Capitalismo di sangue : a chi conviene la guerra / Fabio Armao
Laterza, 2024
Abstract: Se il delicato equilibrio tra stato e mercato viene meno e un capitalismo senza regole pretende di dettare legge, a rischio sono l’eguaglianza, la democrazia, la pace. Le ultime guerre ne sono la prova: frutto di scelte criminali compiute da leader che perseguono i propri interessi privati o di clan, trovano alimento in un mercato globale che oramai si dimostra perfettamente in grado di gestire in piena autonomia tutte le sfere interessate, finanziaria, produttiva e commerciale. Dopo il 1989, con il superamento del mondo diviso in blocchi, ci si aspettava il trionfo della democrazia. E invece assistiamo al trionfo di un capitalismo in pieno delirio di onnipotenza, cui fa da contraltare la ritirata dello stato democratico: graduale distruzione del welfare, abbandono delle lotte per i diritti, crescita esponenziale delle diseguaglianze.

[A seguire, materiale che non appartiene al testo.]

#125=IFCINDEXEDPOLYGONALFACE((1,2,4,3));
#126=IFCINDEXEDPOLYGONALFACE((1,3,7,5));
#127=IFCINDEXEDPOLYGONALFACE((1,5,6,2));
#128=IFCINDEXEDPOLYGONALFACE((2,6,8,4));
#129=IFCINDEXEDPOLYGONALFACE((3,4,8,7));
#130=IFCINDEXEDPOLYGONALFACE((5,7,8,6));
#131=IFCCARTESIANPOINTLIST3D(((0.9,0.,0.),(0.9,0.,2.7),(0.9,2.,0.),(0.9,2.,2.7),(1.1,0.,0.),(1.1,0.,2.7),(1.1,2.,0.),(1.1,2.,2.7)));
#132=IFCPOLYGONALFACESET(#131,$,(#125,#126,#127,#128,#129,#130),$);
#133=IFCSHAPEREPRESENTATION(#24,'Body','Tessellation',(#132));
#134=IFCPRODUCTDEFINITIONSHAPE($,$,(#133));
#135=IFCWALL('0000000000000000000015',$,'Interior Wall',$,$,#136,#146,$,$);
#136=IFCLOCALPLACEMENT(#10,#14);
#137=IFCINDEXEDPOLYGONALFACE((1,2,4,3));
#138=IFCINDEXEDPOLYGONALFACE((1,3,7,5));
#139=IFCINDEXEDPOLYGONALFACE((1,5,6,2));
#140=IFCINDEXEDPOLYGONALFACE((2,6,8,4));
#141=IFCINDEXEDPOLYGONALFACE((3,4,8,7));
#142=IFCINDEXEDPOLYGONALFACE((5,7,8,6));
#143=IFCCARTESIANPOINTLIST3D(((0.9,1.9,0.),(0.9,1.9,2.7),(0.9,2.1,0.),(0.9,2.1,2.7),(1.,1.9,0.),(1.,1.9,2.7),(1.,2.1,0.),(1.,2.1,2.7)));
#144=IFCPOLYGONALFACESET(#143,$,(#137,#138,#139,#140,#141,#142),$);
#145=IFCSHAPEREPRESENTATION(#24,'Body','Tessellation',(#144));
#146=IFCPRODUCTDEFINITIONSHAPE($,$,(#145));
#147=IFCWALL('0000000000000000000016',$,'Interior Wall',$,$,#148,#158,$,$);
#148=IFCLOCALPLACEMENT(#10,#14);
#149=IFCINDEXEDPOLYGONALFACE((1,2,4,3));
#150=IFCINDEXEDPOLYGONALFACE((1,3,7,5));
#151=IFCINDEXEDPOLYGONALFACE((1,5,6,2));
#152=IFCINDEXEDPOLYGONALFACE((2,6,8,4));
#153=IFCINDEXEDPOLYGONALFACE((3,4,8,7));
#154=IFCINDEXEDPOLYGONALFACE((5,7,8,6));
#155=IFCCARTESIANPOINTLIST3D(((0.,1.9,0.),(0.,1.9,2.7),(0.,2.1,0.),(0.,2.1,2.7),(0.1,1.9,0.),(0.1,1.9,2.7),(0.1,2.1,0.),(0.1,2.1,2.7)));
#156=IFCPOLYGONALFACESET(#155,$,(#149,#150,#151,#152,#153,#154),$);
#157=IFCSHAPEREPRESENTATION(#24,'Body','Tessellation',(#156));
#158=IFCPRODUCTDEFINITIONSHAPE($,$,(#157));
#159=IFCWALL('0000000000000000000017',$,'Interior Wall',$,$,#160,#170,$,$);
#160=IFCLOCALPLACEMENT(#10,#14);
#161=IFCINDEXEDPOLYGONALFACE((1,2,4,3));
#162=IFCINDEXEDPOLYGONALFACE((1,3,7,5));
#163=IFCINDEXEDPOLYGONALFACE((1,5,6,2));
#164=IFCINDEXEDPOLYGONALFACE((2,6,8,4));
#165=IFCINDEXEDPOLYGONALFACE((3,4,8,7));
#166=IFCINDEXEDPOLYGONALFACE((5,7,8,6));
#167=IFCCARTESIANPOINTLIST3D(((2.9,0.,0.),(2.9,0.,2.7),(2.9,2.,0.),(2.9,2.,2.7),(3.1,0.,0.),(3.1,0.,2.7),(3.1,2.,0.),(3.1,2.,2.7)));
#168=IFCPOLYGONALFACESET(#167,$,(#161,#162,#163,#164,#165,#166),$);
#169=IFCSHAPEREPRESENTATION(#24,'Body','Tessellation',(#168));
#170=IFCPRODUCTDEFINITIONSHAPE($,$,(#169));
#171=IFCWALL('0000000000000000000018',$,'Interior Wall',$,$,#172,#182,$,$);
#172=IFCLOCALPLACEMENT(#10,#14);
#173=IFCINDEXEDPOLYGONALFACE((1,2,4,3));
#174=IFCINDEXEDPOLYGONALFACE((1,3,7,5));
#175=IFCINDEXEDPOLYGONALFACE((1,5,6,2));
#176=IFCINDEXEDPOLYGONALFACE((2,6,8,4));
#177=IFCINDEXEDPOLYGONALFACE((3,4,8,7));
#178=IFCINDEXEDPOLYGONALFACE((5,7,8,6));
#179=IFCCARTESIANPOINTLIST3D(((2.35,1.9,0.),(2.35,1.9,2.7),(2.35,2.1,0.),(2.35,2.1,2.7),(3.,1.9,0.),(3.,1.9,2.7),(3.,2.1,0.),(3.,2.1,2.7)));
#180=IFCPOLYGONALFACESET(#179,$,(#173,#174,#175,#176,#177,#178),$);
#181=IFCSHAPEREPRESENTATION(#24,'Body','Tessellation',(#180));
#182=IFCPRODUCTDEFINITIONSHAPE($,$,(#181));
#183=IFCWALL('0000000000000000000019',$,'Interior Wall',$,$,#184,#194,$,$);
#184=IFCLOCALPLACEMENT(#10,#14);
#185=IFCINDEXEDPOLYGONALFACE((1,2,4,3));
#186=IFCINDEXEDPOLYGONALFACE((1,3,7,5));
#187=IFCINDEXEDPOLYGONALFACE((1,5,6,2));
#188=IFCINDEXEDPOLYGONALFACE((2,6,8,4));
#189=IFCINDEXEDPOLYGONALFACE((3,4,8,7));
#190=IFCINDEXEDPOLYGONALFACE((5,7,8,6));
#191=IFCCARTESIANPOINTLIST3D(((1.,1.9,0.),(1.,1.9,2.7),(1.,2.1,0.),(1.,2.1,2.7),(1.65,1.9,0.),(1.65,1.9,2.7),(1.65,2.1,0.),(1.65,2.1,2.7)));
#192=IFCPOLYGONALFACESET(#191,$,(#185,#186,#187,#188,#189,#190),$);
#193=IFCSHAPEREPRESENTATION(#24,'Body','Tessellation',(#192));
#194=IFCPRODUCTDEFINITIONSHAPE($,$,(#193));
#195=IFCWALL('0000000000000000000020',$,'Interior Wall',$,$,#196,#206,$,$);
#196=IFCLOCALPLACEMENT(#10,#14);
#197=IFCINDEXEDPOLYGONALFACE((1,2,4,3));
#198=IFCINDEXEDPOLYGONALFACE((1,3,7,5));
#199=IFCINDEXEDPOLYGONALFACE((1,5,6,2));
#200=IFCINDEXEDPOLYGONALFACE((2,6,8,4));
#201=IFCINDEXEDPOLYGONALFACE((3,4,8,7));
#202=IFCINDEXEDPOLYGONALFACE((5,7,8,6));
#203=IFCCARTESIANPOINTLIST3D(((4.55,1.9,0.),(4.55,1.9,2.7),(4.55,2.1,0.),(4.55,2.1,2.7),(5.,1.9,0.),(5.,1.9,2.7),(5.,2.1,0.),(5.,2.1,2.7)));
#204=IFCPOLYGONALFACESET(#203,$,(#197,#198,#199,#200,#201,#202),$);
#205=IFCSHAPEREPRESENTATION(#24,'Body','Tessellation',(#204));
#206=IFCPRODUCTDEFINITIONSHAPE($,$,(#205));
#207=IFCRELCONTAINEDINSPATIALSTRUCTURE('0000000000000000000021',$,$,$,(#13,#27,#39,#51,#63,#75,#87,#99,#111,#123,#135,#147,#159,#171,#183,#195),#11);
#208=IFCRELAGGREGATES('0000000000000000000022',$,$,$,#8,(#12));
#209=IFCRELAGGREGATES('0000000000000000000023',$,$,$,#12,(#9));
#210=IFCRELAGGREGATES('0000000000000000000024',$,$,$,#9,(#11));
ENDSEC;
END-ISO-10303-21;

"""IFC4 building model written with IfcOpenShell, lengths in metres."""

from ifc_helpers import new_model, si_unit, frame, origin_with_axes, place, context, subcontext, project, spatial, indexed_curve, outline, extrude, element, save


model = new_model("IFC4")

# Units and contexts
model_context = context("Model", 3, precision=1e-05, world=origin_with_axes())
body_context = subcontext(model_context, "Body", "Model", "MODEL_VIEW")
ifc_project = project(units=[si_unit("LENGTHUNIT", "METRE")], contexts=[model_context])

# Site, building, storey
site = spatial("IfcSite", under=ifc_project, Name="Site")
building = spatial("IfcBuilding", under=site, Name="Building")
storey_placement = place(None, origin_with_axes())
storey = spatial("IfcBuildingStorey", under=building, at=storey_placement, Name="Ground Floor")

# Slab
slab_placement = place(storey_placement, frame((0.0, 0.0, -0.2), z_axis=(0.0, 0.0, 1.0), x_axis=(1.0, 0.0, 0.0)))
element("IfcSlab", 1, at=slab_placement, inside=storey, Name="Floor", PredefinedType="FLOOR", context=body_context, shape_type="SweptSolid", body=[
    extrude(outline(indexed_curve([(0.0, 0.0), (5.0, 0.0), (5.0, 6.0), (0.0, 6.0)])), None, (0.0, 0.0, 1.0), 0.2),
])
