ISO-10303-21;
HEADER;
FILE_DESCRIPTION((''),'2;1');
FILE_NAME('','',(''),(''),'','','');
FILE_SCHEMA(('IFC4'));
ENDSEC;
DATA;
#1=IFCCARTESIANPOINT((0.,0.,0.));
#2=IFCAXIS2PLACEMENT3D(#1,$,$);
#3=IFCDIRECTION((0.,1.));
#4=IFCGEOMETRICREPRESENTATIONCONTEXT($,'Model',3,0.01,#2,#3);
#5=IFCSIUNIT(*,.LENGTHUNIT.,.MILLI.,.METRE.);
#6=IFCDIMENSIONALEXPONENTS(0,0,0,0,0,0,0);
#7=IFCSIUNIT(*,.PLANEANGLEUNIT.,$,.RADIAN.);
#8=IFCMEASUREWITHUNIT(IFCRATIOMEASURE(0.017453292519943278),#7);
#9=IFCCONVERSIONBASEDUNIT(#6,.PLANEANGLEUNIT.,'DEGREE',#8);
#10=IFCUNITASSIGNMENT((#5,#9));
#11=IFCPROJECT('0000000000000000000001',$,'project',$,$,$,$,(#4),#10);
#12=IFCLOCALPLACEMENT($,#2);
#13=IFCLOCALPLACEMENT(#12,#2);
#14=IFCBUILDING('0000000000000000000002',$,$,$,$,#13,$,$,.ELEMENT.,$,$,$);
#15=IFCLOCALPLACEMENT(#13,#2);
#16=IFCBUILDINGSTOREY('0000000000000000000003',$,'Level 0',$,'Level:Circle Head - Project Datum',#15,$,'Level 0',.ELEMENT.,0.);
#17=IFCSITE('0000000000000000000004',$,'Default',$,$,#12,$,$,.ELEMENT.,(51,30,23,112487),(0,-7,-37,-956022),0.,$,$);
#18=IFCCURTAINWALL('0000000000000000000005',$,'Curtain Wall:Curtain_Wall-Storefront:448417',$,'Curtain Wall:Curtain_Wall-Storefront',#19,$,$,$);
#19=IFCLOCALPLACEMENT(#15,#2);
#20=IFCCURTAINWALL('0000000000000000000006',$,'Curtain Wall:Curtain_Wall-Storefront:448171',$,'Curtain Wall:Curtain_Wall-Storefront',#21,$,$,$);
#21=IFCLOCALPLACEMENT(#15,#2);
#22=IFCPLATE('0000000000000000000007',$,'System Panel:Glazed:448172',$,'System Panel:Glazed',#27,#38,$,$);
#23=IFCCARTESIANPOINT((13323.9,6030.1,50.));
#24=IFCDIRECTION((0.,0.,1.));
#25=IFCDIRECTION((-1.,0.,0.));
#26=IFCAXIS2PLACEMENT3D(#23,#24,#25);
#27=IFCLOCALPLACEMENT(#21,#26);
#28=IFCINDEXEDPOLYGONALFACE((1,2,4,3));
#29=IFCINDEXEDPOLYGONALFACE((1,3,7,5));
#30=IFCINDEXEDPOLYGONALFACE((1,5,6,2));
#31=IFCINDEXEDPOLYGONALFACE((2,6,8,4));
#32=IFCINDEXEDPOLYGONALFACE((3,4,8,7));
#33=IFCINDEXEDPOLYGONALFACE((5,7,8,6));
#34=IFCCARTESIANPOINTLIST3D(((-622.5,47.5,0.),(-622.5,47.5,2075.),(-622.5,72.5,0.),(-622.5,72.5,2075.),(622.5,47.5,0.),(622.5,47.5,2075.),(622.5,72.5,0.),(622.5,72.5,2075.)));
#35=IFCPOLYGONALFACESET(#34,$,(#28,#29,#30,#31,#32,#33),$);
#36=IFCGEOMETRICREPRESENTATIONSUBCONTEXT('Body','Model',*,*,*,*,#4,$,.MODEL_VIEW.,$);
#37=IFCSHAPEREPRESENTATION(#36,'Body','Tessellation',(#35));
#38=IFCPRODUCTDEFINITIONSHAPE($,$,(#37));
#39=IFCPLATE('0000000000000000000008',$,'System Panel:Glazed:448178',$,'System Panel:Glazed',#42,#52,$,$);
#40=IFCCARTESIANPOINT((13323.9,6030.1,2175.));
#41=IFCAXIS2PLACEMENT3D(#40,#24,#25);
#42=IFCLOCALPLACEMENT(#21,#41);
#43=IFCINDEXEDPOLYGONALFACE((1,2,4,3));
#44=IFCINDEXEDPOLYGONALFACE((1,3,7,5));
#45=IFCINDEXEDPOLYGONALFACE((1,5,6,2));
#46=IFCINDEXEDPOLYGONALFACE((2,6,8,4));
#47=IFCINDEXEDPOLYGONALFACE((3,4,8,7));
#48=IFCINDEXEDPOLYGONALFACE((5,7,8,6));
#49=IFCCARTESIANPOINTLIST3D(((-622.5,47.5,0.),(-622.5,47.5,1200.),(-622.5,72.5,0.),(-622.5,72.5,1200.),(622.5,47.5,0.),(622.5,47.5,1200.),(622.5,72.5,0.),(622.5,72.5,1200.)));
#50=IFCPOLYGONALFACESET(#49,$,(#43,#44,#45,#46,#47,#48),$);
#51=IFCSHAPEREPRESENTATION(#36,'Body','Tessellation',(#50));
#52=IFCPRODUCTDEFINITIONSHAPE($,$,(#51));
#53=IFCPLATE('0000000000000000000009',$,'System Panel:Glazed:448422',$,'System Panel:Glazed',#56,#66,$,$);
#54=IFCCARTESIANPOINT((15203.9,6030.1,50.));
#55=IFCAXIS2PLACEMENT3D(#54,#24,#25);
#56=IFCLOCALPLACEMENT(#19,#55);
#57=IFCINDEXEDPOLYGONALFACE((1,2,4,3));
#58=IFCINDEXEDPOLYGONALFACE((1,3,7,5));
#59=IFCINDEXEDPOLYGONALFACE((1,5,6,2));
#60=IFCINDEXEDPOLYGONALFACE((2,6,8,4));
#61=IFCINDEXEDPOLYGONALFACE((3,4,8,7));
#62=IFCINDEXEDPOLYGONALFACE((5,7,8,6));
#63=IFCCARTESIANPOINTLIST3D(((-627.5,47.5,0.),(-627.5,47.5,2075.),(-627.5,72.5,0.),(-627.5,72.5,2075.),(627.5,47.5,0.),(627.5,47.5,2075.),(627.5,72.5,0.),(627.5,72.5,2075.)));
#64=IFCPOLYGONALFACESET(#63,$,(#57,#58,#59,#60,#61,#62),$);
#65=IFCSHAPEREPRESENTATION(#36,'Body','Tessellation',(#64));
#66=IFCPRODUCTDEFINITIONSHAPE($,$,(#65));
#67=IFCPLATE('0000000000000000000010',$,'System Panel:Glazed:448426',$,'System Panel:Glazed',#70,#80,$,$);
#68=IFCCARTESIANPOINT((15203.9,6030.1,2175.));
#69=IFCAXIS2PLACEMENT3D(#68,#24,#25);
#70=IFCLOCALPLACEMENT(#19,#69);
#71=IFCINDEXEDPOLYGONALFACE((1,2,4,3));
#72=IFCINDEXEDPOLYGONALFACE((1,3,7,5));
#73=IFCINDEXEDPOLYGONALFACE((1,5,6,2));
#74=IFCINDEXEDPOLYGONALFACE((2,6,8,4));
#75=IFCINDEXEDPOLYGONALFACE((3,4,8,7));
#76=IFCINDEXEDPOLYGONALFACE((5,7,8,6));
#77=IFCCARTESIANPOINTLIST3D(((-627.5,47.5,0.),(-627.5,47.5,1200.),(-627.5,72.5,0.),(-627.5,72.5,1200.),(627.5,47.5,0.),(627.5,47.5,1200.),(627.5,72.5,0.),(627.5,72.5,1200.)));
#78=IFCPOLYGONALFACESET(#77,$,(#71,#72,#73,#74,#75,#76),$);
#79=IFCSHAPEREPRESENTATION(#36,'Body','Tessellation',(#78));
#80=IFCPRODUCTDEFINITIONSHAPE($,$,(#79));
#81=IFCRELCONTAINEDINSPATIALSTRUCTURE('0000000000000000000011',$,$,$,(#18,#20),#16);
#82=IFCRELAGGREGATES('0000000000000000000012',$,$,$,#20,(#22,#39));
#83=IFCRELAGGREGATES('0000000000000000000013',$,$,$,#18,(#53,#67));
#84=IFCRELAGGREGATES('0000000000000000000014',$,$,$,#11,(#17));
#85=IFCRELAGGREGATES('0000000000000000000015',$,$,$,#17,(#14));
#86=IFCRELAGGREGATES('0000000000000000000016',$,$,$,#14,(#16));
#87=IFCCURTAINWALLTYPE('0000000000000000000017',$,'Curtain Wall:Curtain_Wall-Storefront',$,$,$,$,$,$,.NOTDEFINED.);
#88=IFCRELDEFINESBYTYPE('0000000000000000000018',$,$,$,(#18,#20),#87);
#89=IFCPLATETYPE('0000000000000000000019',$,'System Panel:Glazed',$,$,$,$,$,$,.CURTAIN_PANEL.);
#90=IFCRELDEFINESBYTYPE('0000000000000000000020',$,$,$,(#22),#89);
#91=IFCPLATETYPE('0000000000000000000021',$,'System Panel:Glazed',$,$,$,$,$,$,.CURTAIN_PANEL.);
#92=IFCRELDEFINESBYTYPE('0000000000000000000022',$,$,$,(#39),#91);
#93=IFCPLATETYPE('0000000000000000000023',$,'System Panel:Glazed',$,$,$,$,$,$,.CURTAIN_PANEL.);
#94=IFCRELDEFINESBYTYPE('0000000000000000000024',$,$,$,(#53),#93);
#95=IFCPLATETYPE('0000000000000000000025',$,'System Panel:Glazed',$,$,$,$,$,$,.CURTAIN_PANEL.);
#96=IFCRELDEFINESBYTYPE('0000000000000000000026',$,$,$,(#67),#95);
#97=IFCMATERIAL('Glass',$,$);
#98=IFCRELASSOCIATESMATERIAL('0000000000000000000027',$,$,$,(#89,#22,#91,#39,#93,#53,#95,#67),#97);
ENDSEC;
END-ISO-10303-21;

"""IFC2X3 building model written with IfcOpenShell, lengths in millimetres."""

from ifc_helpers import new_model, entity, si_unit, converted_unit, direction, frame, origin, origin_2d_with_axis, place, context, subcontext, project, spatial, rectangle, extrude, source, transform, mapped, material, type_object, type_shapes, element, aggregate, save


model = new_model("IFC2X3")

# Units and contexts
model_context = context("Model", 3, precision=0.01, world=origin(), true_north=direction((0.0, 1.0)))
body_context = subcontext(model_context, "Body", "Model", "MODEL_VIEW")
ifc_project = project(units=[si_unit("LENGTHUNIT", "METRE", prefix="MILLI"), converted_unit("PLANEANGLEUNIT", "DEGREE", entity("IfcRatioMeasure", 0.017453292519943278), si_unit("PLANEANGLEUNIT", "RADIAN"), dimensions=[0, 0, 0, 0, 0, 0, 0])], contexts=[model_context])

# Site, building, storey
site_placement = place(None, origin())
site = spatial("IfcSite", under=ifc_project, at=site_placement, Name="Default", CompositionType="ELEMENT", RefLatitude=(51, 30, 23, 112487), RefLongitude=(0, -7, -37, -956022), RefElevation=0.0)
building_placement = place(site_placement, origin())
building = spatial("IfcBuilding", under=site, at=building_placement, CompositionType="ELEMENT")
storey_placement = place(building_placement, origin())
storey = spatial("IfcBuildingStorey", under=building, at=storey_placement, Name="Level 0", ObjectType="Level:Circle Head - Project Datum", LongName="Level 0", CompositionType="ELEMENT", Elevation=0.0)

# Curtain walls
curtain_wall_type = type_object("IfcCurtainWallType", Name="Curtain Wall:Curtain_Wall-Storefront", PredefinedType="NOTDEFINED")
curtain_wall_1_placement = place(storey_placement, origin())
curtain_wall_1 = element("IfcCurtainWall", 1, at=curtain_wall_1_placement, inside=storey, type_object=curtain_wall_type, Name="Curtain Wall:Curtain_Wall-Storefront:448417", ObjectType="Curtain Wall:Curtain_Wall-Storefront")
curtain_wall_2_placement = place(storey_placement, origin())
curtain_wall_2 = element("IfcCurtainWall", 2, at=curtain_wall_2_placement, inside=storey, type_object=curtain_wall_type, Name="Curtain Wall:Curtain_Wall-Storefront:448171", ObjectType="Curtain Wall:Curtain_Wall-Storefront")

# Plates
ifc_material_1 = material(Name="Glass")
plate_type_1 = type_object("IfcPlateType", Name="System Panel:Glazed", PredefinedType="CURTAIN_PANEL", material=ifc_material_1)
shared_shape_1 = source(origin(), body_context, "Body", "SweptSolid", [
    extrude(rectangle(XDim=25.0, YDim=1245.0, at=origin_2d_with_axis()), frame((0.0, 60.0, 0.0), z_axis=(0.0, 0.0, 1.0), x_axis=(0.0, 1.0, 0.0)), (0.0, 0.0, 1.0), 2075.0),
])
type_shapes(plate_type_1, [shared_shape_1])
plate_1_placement = place(curtain_wall_2_placement, frame((13323.9, 6030.1, 50.0), z_axis=(0.0, 0.0, 1.0), x_axis=(-1.0, 0.0, 0.0)))
plate_1 = element("IfcPlate", 3, at=plate_1_placement, type_object=plate_type_1, material=ifc_material_1, Name="System Panel:Glazed:448172", ObjectType="System Panel:Glazed", context=body_context, shape_type="MappedRepresentation", body=[
    mapped(shared_shape_1, transform((0.0, 0.0, 0.0), scale=1.0)),
])
plate_type_2 = type_object("IfcPlateType", Name="System Panel:Glazed", PredefinedType="CURTAIN_PANEL", material=ifc_material_1)
shared_shape_2 = source(origin(), body_context, "Body", "SweptSolid", [
    extrude(rectangle(XDim=25.0, YDim=1245.0, at=origin_2d_with_axis()), frame((0.0, 60.0, 0.0), z_axis=(0.0, 0.0, 1.0), x_axis=(0.0, 1.0, 0.0)), (0.0, 0.0, 1.0), 1200.0),
])
type_shapes(plate_type_2, [shared_shape_2])
plate_2_placement = place(curtain_wall_2_placement, frame((13323.9, 6030.1, 2175.0), z_axis=(0.0, 0.0, 1.0), x_axis=(-1.0, 0.0, 0.0)))
plate_2 = element("IfcPlate", 4, at=plate_2_placement, type_object=plate_type_2, material=ifc_material_1, Name="System Panel:Glazed:448178", ObjectType="System Panel:Glazed", context=body_context, shape_type="MappedRepresentation", body=[
    mapped(shared_shape_2, transform((0.0, 0.0, 0.0), scale=1.0)),
])
aggregate(curtain_wall_2, [plate_1, plate_2])
plate_type_3 = type_object("IfcPlateType", Name="System Panel:Glazed", PredefinedType="CURTAIN_PANEL", material=ifc_material_1)
shared_shape_3 = source(origin(), body_context, "Body", "SweptSolid", [
    extrude(rectangle(XDim=25.0, YDim=1255.0, at=origin_2d_with_axis()), frame((0.0, 60.0, 0.0), z_axis=(0.0, 0.0, 1.0), x_axis=(0.0, 1.0, 0.0)), (0.0, 0.0, 1.0), 2075.0),
])
type_shapes(plate_type_3, [shared_shape_3])
plate_3_placement = place(curtain_wall_1_placement, frame((15203.9, 6030.1, 50.0), z_axis=(0.0, 0.0, 1.0), x_axis=(-1.0, 0.0, 0.0)))
plate_3 = element("IfcPlate", 5, at=plate_3_placement, type_object=plate_type_3, material=ifc_material_1, Name="System Panel:Glazed:448422", ObjectType="System Panel:Glazed", context=body_context, shape_type="MappedRepresentation", body=[
    mapped(shared_shape_3, transform((0.0, 0.0, 0.0), scale=1.0)),
])
plate_type_4 = type_object("IfcPlateType", Name="System Panel:Glazed", PredefinedType="CURTAIN_PANEL", material=ifc_material_1)
shared_shape_4 = source(origin(), body_context, "Body", "SweptSolid", [
    extrude(rectangle(XDim=25.0, YDim=1255.0, at=origin_2d_with_axis()), frame((0.0, 60.0, 0.0), z_axis=(0.0, 0.0, 1.0), x_axis=(0.0, 1.0, 0.0)), (0.0, 0.0, 1.0), 1200.0),
])
type_shapes(plate_type_4, [shared_shape_4])
plate_4_placement = place(curtain_wall_1_placement, frame((15203.9, 6030.1, 2175.0), z_axis=(0.0, 0.0, 1.0), x_axis=(-1.0, 0.0, 0.0)))
plate_4 = element("IfcPlate", 6, at=plate_4_placement, type_object=plate_type_4, material=ifc_material_1, Name="System Panel:Glazed:448426", ObjectType="System Panel:Glazed", context=body_context, shape_type="MappedRepresentation", body=[
    mapped(shared_shape_4, transform((0.0, 0.0, 0.0), scale=1.0)),
])
aggregate(curtain_wall_1, [plate_3, plate_4])

save(model, "model.ifc")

A un secolo dalle guerre mondiali, l’attacco scatenato da Putin il 24 febbraio 2022 sembra aver riportato il mondo sull’orlo di un nuovo conflitto globale. E altre tragedie si stanno consumando intorno al nodo irrisolto tra Israele e Palestina. Poco o nulla del contesto odierno, tuttavia, ha a che vedere con il mondo del passato; e non si possono interpretare gli eventi odierni appellandosi a vecchie categorie. L’invasione dell’Ucraina, ad esempio, va considerata come una conseguenza della globalizzazione fuori controllo e si inserisce nel filone delle ‘nuove guerre’, che vedono protagonisti – insieme alle forze armate tradizionali – mercenari, terroristi, mafiosi e nelle quali la logica privatistica del mercato si fa gioco delle ideologie. Il tempo è quasi scaduto: le democrazie devono riprendere terreno sul ‘capitalismo di sangue’, consapevoli del fatto che una guerra globale renderebbe inutile il capitalismo stesso.